LayerNorm == InstanceNorm?

I found the result of torch.nn.LayerNorm equals torch.nn.InstanceNorm1d, why?
testing code:

batch_size, seq_size, dim = 2, 3, 4
x = torch.randn(batch_size, seq_size, dim)

#layer norm
layer_norm = torch.nn.LayerNorm(dim, elementwise_affine=False)
print('y_layer_norm: ', layer_norm(x))
print('=' * 30)

# custom instance norm
eps: float = 0.00001
mean = torch.mean(x, dim=-1, keepdim=True)
var = var = torch.var(x, dim=-1, keepdim=True, unbiased=False)
print('y_custom: ', (x - mean) / torch.sqrt(var + eps))
print('=' * 30)

# instance norm
instance_norm = torch.nn.InstanceNorm1d(dim, affine=False)
print('y_instance_norm', instance_norm(x))
print('=' * 30)

# follow the description in
# For example, if normalized_shape is (3, 5) (a 2-dimensional shape),
# the mean and standard-deviation are computed over the last 2 dimensions of the input (i.e. input.mean((-2, -1)))
mean = torch.mean(x, dim=(-2, -1), keepdim=True)
var = torch.var(x, dim=(-2, -1), keepdim=True, unbiased=False)
print('y_custom1: ', (x - mean) / torch.sqrt(var + esp))
print('=' * 30)


In the results, I found LayerNorm equals InstanceNorm1d, and I custom the compute progress also found that the description in LayerNorm doc maybe not correct? Do I miss something or LayerNorm and InstanceNorm1d in pytorch are absolutely equal?
Hope someone can answer this question, thanks!

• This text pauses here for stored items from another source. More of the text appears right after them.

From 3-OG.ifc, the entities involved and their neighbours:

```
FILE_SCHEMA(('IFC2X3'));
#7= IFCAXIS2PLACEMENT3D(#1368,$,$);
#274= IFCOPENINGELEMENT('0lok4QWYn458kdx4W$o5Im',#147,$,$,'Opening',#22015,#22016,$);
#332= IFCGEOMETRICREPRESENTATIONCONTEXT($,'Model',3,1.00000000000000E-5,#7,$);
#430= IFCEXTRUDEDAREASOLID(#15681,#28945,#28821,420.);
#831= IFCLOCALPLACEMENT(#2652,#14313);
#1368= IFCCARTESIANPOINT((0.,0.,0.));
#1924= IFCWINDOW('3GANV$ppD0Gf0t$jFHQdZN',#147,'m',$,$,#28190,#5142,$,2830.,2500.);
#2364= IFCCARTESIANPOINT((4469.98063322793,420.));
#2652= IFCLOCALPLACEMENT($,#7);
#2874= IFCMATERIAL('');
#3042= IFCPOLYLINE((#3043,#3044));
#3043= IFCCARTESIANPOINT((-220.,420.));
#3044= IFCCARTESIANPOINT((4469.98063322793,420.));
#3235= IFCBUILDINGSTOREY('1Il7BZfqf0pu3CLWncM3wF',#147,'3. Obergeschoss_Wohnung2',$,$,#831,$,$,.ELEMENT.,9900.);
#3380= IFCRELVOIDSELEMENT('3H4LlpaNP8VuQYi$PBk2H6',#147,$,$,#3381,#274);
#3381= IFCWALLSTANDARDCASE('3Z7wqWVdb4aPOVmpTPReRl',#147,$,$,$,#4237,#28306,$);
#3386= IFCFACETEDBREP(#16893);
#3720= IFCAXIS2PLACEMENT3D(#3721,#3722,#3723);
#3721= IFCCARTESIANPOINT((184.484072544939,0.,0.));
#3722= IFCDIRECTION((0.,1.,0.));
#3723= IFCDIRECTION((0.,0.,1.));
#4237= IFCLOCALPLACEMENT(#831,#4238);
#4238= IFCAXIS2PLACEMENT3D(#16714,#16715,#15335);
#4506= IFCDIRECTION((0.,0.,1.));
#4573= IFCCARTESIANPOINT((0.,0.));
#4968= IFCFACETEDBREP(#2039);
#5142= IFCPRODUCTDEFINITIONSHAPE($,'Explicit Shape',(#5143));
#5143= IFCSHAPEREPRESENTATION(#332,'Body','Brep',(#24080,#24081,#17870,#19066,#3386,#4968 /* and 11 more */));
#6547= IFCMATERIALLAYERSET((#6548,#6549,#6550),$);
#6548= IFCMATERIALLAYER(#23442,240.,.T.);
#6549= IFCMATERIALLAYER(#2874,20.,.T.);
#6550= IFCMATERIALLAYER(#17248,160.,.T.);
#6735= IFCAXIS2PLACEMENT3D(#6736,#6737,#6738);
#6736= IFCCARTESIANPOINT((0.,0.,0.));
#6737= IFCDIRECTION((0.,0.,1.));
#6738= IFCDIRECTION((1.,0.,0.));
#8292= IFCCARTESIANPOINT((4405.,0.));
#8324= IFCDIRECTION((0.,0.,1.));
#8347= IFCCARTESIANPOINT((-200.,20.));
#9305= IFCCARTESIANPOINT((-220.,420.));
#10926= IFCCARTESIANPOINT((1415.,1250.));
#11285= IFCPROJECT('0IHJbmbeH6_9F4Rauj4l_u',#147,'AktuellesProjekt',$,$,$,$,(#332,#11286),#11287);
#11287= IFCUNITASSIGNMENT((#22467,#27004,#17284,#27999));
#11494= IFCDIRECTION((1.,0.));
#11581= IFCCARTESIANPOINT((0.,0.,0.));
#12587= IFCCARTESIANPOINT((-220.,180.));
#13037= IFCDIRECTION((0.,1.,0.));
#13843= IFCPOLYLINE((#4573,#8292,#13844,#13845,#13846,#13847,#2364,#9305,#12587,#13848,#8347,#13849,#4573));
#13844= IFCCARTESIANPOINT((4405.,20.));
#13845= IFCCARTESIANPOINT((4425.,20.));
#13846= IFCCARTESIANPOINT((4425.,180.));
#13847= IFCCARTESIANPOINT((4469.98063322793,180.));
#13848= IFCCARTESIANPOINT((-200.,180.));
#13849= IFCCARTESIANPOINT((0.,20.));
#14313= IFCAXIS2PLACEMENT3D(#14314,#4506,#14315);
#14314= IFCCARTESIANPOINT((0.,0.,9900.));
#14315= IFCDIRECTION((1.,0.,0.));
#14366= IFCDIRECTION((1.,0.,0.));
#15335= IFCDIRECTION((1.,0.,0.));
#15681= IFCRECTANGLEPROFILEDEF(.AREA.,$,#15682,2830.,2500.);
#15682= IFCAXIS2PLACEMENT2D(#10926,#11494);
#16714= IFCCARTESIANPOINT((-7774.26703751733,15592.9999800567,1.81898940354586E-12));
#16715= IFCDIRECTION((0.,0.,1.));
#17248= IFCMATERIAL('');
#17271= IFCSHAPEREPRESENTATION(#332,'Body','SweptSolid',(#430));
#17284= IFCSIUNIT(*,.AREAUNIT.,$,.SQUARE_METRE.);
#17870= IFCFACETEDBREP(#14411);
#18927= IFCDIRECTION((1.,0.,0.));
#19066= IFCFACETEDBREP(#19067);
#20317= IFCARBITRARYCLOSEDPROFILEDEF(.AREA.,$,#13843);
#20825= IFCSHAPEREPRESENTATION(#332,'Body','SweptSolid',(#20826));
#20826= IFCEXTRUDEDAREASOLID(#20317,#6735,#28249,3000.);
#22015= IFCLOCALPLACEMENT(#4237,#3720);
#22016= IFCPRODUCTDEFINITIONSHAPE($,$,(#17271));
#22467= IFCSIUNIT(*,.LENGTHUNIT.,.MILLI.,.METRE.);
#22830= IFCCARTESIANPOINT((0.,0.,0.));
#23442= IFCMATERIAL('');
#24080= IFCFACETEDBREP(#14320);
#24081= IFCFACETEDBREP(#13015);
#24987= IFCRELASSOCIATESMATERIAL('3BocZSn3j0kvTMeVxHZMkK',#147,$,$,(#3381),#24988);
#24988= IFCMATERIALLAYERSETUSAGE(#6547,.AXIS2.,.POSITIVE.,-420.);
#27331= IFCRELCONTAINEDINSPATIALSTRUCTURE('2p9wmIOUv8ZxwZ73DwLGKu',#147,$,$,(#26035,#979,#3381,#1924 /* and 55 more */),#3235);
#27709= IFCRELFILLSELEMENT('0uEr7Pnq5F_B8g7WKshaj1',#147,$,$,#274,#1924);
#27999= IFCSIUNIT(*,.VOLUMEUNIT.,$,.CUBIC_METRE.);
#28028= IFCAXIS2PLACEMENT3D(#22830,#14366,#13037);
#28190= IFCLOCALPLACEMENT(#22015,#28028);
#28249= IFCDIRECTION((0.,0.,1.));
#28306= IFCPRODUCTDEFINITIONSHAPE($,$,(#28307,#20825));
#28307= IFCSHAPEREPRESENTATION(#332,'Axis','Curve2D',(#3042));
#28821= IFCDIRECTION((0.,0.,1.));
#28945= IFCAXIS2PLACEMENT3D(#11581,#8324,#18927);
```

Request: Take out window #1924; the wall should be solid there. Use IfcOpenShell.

```python
import ifcopenshell
import ifcopenshell.api.feature
import ifcopenshell.api.root
import ifcopenshell.geom
import ifcopenshell.util.shape

model = ifcopenshell.open("3-OG.ifc")
settings = ifcopenshell.geom.settings()


def volume(element):
    """Net volume in cubic metres, openings subtracted."""
    shape = ifcopenshell.geom.create_shape(settings, element)
    return ifcopenshell.util.shape.get_volume(shape.geometry)


window = model.by_id(1924)
opening = window.FillsVoids[0].RelatingOpeningElement
wall = opening.VoidsElements[0].RelatingBuildingElement
before = volume(wall)

ifcopenshell.api.root.remove_product(model, product=window)
ifcopenshell.api.feature.remove_feature(model, feature=opening)

after = volume(wall)

print(f"wall volume {before:.3f} -> {after:.3f} m3")

model.write("3-OG-out.ifc")
```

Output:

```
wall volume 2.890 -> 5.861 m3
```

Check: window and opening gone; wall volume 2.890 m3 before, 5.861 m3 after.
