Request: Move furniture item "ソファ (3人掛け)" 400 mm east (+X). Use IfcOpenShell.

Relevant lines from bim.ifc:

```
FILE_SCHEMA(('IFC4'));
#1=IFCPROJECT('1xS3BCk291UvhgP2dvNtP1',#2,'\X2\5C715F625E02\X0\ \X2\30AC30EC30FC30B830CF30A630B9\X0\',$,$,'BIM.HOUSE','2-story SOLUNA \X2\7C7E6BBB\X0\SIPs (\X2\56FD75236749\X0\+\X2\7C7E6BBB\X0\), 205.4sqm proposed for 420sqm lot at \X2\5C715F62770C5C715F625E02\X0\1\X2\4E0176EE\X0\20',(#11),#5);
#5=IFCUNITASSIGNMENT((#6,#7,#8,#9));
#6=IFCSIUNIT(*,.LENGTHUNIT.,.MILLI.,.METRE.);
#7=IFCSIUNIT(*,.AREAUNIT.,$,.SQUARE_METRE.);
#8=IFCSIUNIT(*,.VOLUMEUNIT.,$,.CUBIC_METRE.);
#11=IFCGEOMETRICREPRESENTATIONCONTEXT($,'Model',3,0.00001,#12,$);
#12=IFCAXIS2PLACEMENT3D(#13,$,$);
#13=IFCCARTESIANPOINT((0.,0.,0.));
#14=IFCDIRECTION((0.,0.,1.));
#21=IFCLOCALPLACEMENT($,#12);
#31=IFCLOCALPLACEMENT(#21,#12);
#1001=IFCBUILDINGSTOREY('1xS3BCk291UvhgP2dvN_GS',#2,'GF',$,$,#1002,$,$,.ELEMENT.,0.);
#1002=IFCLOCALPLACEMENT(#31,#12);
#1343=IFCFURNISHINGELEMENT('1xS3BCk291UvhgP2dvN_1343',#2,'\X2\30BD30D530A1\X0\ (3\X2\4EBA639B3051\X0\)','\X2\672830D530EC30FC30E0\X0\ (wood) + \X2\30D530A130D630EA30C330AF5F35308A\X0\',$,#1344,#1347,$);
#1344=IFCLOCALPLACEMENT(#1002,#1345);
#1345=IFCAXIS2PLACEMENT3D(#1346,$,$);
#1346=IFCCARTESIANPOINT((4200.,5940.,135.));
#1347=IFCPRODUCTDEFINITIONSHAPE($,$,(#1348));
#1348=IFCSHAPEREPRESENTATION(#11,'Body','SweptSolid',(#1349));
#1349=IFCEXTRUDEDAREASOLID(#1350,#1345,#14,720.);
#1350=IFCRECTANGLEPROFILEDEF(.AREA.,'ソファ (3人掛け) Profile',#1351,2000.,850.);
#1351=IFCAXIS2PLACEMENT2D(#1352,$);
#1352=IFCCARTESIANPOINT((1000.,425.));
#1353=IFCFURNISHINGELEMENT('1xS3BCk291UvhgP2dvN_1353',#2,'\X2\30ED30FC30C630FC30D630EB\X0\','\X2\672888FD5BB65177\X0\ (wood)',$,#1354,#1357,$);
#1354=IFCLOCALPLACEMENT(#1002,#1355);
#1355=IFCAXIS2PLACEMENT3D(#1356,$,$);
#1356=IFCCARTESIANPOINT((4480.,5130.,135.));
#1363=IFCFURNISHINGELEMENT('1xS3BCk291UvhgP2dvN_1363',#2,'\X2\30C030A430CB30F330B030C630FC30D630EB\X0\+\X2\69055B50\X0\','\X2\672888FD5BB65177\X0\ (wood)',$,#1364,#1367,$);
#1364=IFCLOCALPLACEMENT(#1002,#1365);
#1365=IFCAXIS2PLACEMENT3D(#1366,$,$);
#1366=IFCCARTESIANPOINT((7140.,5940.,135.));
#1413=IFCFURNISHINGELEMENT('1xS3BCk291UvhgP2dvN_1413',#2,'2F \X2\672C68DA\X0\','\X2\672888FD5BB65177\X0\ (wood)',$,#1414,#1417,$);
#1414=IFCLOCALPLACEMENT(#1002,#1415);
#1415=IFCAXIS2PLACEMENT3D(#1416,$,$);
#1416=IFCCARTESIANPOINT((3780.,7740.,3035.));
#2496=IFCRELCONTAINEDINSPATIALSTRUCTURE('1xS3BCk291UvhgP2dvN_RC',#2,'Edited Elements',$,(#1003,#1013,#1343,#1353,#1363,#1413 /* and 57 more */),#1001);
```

```python
import ifcopenshell
import ifcopenshell.api.geometry
import ifcopenshell.util.placement
import ifcopenshell.util.unit

model = ifcopenshell.open("bim.ifc")
unit_scale = ifcopenshell.util.unit.calculate_unit_scale(model)

item = model.by_guid("1xS3BCk291UvhgP2dvN_1343")
matrix = ifcopenshell.util.placement.get_local_placement(item.ObjectPlacement)
matrix[0, 3] += 0.4 / unit_scale
ifcopenshell.api.geometry.edit_object_placement(model, product=item, matrix=matrix, is_si=False)

print(ifcopenshell.util.placement.get_local_placement(item.ObjectPlacement).round(3) + 0.0)

model.write("bim_v2.ifc")
```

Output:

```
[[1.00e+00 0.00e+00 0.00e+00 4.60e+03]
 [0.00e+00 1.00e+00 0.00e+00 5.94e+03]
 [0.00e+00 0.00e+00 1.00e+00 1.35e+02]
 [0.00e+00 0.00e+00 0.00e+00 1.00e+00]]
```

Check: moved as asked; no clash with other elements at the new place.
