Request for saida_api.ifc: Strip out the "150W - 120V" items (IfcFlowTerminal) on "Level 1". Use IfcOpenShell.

First a look at what the model holds.

```python
import ifcopenshell
import ifcopenshell.util.element

model = ifcopenshell.open("saida_api.ifc")
print(model.schema)
storey = next(s for s in model.by_type("IfcBuildingStorey") if s.Name == "Level 1")
terminals = [e for e in ifcopenshell.util.element.get_decomposition(storey) if e.is_a("IfcFlowTerminal")]
seen = {}
for e in terminals:
    element_type = ifcopenshell.util.element.get_type(e)
    name = element_type.Name if element_type not in (None, e) else None
    seen[name] = seen.get(name, 0) + 1
for name, count in sorted(seen.items(), key=str):
    print(count, "x", name)
```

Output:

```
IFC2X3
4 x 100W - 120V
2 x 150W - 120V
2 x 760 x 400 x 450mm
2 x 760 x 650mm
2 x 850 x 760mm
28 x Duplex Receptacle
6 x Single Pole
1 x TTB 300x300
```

```python
import ifcopenshell
import ifcopenshell.api.root
import ifcopenshell.util.element

model = ifcopenshell.open("saida_api.ifc")

storey = next(s for s in model.by_type("IfcBuildingStorey") if s.Name == "Level 1")
terminals = [e for e in ifcopenshell.util.element.get_decomposition(storey) if e.is_a("IfcFlowTerminal")]
targets = [e for e in terminals if (t := ifcopenshell.util.element.get_type(e)) not in (None, e) and t.Name == "150W - 120V"]

for e in targets:
    ifcopenshell.api.root.remove_product(model, product=e)
print(len(targets), "removed")

model.write("saida_api_v2.ifc")
```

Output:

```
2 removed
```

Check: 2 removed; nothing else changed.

This seems like a bug of nn.InstanceNorm1d when affine=False.

nn.InstanceNorm1d should take an input of the shape (batch_size, dim, seq_size).
However, if affine=False, nn.InstanceNorm1d can take an input of the wrong shape (batch_size, seq_size, dim) and provides a LayerNorm-like result.